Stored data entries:
——

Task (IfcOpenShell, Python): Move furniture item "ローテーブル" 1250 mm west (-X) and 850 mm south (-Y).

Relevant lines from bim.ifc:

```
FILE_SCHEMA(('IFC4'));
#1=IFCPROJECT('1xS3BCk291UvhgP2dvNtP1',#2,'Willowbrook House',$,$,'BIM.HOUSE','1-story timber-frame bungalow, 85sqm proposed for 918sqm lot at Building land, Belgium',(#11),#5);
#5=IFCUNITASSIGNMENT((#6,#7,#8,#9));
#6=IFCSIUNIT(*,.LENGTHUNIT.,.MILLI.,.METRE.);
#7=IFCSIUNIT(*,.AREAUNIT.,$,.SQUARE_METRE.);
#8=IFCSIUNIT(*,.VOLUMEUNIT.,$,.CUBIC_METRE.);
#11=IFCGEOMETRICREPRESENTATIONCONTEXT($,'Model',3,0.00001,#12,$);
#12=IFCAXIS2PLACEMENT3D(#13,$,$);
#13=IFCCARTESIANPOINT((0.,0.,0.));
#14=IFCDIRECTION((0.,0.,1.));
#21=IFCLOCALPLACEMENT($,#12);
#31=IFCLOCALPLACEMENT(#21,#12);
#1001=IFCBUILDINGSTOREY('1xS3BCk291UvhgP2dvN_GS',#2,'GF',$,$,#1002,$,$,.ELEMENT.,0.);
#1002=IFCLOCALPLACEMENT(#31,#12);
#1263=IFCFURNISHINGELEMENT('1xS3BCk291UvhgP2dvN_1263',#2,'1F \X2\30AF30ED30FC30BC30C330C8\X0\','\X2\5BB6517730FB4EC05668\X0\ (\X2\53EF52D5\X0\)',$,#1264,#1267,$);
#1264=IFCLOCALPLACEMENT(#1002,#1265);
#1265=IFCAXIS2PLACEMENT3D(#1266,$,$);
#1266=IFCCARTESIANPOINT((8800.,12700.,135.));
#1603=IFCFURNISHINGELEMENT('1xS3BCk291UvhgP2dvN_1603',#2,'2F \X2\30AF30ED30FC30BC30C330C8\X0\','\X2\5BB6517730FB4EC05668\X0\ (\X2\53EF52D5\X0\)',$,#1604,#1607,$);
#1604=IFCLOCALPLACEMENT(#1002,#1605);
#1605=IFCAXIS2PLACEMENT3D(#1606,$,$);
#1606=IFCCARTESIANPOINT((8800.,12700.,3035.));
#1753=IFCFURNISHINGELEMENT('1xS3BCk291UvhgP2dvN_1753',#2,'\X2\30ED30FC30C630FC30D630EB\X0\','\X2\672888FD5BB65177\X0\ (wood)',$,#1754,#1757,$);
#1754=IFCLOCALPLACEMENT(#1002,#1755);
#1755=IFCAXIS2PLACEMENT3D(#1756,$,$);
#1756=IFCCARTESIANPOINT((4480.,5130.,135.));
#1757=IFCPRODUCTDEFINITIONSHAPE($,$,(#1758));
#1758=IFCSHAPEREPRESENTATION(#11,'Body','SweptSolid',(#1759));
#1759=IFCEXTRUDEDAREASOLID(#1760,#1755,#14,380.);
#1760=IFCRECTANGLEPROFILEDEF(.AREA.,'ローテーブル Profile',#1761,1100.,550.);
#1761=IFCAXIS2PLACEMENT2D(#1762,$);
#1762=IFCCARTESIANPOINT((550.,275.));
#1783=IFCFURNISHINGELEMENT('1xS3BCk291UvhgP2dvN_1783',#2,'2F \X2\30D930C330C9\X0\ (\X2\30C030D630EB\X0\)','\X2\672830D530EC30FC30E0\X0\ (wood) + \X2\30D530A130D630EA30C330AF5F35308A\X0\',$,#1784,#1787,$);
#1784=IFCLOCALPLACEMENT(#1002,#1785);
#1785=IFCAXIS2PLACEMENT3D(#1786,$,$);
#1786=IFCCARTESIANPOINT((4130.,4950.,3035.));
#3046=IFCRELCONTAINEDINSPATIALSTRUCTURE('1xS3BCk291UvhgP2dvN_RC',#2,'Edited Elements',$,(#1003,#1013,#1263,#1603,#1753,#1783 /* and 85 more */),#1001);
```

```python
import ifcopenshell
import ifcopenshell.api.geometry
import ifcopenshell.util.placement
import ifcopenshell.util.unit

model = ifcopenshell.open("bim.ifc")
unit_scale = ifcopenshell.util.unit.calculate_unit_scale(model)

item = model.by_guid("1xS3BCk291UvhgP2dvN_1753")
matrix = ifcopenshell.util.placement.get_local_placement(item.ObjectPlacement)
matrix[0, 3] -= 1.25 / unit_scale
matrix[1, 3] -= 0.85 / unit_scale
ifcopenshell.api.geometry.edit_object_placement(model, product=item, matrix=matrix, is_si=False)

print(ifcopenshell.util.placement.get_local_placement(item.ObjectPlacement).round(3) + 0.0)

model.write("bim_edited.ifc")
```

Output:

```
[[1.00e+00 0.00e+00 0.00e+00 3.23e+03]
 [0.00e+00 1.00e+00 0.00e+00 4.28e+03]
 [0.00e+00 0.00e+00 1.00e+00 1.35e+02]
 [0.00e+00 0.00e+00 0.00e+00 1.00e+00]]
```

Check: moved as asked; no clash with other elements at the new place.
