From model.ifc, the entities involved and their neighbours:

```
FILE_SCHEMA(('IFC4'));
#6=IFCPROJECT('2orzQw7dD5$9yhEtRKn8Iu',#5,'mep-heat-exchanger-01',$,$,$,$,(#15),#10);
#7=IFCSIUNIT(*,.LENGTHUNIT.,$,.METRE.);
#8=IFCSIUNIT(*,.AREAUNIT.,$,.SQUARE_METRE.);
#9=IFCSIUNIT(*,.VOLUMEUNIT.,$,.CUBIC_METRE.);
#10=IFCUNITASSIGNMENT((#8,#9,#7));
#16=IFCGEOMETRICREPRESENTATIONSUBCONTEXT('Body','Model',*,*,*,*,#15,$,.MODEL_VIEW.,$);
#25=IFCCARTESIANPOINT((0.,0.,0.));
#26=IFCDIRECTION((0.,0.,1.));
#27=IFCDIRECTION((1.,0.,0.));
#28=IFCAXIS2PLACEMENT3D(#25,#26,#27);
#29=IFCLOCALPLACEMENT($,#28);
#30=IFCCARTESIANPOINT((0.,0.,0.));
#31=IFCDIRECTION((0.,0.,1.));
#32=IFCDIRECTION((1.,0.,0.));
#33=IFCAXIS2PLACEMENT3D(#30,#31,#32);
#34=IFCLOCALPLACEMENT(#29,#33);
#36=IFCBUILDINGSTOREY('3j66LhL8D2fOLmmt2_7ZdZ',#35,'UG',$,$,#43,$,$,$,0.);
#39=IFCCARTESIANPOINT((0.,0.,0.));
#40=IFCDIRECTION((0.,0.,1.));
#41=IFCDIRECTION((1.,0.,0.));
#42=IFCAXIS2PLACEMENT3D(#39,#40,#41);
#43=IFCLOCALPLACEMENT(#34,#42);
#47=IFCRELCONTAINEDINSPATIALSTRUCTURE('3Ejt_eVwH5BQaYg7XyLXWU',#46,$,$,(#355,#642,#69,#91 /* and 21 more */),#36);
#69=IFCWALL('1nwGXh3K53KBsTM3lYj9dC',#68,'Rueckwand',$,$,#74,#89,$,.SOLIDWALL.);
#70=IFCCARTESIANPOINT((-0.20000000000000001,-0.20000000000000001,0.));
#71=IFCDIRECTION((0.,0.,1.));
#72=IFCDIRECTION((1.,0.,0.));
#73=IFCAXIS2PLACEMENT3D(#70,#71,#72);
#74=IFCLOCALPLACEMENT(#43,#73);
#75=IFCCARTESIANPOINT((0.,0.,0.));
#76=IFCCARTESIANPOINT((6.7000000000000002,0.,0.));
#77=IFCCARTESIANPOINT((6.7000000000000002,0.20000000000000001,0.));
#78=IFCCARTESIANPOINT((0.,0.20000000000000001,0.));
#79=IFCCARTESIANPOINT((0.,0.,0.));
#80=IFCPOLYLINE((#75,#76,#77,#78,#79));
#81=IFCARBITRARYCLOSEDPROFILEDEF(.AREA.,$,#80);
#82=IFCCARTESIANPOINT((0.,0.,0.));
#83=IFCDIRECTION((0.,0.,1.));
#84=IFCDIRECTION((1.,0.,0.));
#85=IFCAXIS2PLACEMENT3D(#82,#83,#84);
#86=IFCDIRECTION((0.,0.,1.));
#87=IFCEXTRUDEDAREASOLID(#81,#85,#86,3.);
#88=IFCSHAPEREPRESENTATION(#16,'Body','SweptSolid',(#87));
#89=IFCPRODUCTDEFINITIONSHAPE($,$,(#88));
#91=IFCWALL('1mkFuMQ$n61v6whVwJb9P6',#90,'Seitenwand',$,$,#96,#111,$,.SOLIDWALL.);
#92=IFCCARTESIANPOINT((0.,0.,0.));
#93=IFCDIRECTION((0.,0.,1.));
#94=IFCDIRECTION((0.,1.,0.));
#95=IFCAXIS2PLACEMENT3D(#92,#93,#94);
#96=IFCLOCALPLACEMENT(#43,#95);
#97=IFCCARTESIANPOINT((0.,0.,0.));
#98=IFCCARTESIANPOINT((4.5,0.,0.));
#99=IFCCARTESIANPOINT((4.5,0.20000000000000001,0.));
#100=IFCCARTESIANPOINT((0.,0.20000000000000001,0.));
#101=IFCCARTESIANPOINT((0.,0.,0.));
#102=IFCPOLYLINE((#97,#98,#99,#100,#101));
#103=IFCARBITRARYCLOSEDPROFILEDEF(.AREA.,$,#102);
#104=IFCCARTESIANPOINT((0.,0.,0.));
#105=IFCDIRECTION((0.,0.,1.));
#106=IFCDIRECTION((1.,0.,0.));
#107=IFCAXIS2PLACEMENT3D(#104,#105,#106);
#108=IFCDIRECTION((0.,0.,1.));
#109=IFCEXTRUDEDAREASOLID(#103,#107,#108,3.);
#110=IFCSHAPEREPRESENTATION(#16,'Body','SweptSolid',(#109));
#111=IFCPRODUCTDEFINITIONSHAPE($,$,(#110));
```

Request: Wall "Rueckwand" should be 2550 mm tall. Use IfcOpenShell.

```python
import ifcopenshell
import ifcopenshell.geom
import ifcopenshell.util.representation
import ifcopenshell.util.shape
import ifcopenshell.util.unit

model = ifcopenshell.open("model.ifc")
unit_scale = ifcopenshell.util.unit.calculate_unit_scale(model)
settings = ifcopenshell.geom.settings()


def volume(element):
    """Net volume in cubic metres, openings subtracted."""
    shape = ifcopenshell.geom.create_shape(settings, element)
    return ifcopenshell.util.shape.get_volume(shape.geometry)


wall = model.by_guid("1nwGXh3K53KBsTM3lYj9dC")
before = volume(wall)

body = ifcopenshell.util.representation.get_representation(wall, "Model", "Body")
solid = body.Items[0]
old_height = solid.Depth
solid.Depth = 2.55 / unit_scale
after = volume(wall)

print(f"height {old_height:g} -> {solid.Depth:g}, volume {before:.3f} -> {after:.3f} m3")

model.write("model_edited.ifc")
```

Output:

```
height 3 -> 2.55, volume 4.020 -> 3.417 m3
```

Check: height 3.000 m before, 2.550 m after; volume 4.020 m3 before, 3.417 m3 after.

——

**What to work on**
Search the records for the word "wood". Copy each line where it appears.

**Answer to this exercise**
#1753=IFCFURNISHINGELEMENT('1xS3BCk291UvhgP2dvN_1753',#2,'\X2\30ED30FC30C630FC30D630EB\X0\','\X2\672888FD5BB65177\X0\ (wood)',$,#1754,#1757,$);
#1783=IFCFURNISHINGELEMENT('1xS3BCk291UvhgP2dvN_1783',#2,'2F \X2\30D930C330C9\X0\ (\X2\30C030D630EB\X0\)','\X2\672830D530EC30FC30E0\X0\ (wood) + \X2\30D530A130D630EA30C330AF5F35308A\X0\',$,#1784,#1787,$);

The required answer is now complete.